We have a mountain lion hanging around on a fresh kill about a mile from the house.  I briefly saw it today standing on top the ridge as I was driving to town.  People have been hanging out there all day with cameras and spotting scopes watching as it comes and goes.  It's too far up for my camera but you could plainly see it standing up there looking down at everyone.

Feral One....do you remember the wide flats where the bridge crosses the Gardner River as you head toward the north entrance from Mammoth?  It's right up on the hillside on the right just as you cross the bridge.

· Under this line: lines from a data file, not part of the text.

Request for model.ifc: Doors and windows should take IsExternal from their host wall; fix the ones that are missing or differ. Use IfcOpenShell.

First a look at what the model holds.

```python
import ifcopenshell
import ifcopenshell.util.element

model = ifcopenshell.open("model.ifc")
print(model.schema)
seen = {}
for e in model.by_type("IfcDoor") + model.by_type("IfcWindow"):
    if not e.FillsVoids:
        continue
    host = e.FillsVoids[0].RelatingOpeningElement.VoidsElements[0].RelatingBuildingElement
    own = ifcopenshell.util.element.get_pset(e, f"Pset_{e.is_a()[3:].removesuffix('StandardCase')}Common", "IsExternal")
    wall = ifcopenshell.util.element.get_pset(host, "Pset_WallCommon", "IsExternal")
    seen[e.is_a(), own, wall] = seen.get((e.is_a(), own, wall), 0) + 1
for (cls, own, wall), count in sorted(seen.items(), key=str):
    print(count, cls, "IsExternal:", own, "| host wall:", wall)
```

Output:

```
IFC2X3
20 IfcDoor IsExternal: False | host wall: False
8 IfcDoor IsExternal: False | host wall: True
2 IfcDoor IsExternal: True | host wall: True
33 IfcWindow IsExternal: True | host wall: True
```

```python
import ifcopenshell
import ifcopenshell.api.pset
import ifcopenshell.util.element

model = ifcopenshell.open("model.ifc")

count = 0
for ifc_class, pset_name in (("IfcDoor", "Pset_DoorCommon"), ("IfcWindow", "Pset_WindowCommon")):
    for e in model.by_type(ifc_class):
        if not e.FillsVoids:
            continue
        host = e.FillsVoids[0].RelatingOpeningElement.VoidsElements[0].RelatingBuildingElement
        external = ifcopenshell.util.element.get_pset(host, "Pset_WallCommon", "IsExternal")
        if external is None or ifcopenshell.util.element.get_pset(e, pset_name, "IsExternal") == external:
            continue
        pset = ifcopenshell.api.pset.add_pset(model, product=e, name=pset_name)
        ifcopenshell.api.pset.edit_pset(model, pset=pset, properties={"IsExternal": external})
        count += 1

print(count, "updated")

model.write("model_v2.ifc")
```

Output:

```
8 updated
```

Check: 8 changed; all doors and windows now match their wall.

All of the deer and elk have been pushed down to the lower elevations by winter and the predators naturally follow.  We had wolves on the small hill behind the house a couple of nights ago.


----------



## DRB1313 (Jan 21, 2009)

Way to go Savage!! Those are fantastic!
A scene I can only dream about shooting!!


----------



## YankeeRedneck (Jan 22, 2009)

Super   Cool !!!


----------



## turky93 (Jan 22, 2009)

Thats big bear. Your braver than me gettin that close to him.
Ofcourse...as fat as he is I doubt he could do much more than waddle  
Nice shots!


----------



## Nugefan (Jan 22, 2009)

very cool capture .....

Thanks for postin' ....


----------



## grizzley30814 (Jan 22, 2009)

Cool pic, That is why I miss being out in that part of the country.


----------



## Jim Thompson (Jan 22, 2009)

very cool!  plus dude had a thorn in his foot


----------



## Branchminnow (Jan 22, 2009)

good pics 243


----------



## Smokey (Jan 22, 2009)

WOW!! Wish i could have been there.


----------



## Shug (Jan 22, 2009)

Those were some of the best pics I have seen in a while. They should be in a magazine.


----------



## LLove (Jan 22, 2009)

so the teddy bear was just rollin around tryin to look cute so you wouldn't pop a cap in his butt.. but wiley there stuck his tongue out at you  

those are GREAT pix!


----------



## Old Geek (Jan 22, 2009)

*Dr. Bear*

In #1. The Doctor looks to see what cased the wound.
#4. He lays down to think about a cure.
#5. He decides to kiss it and make it better.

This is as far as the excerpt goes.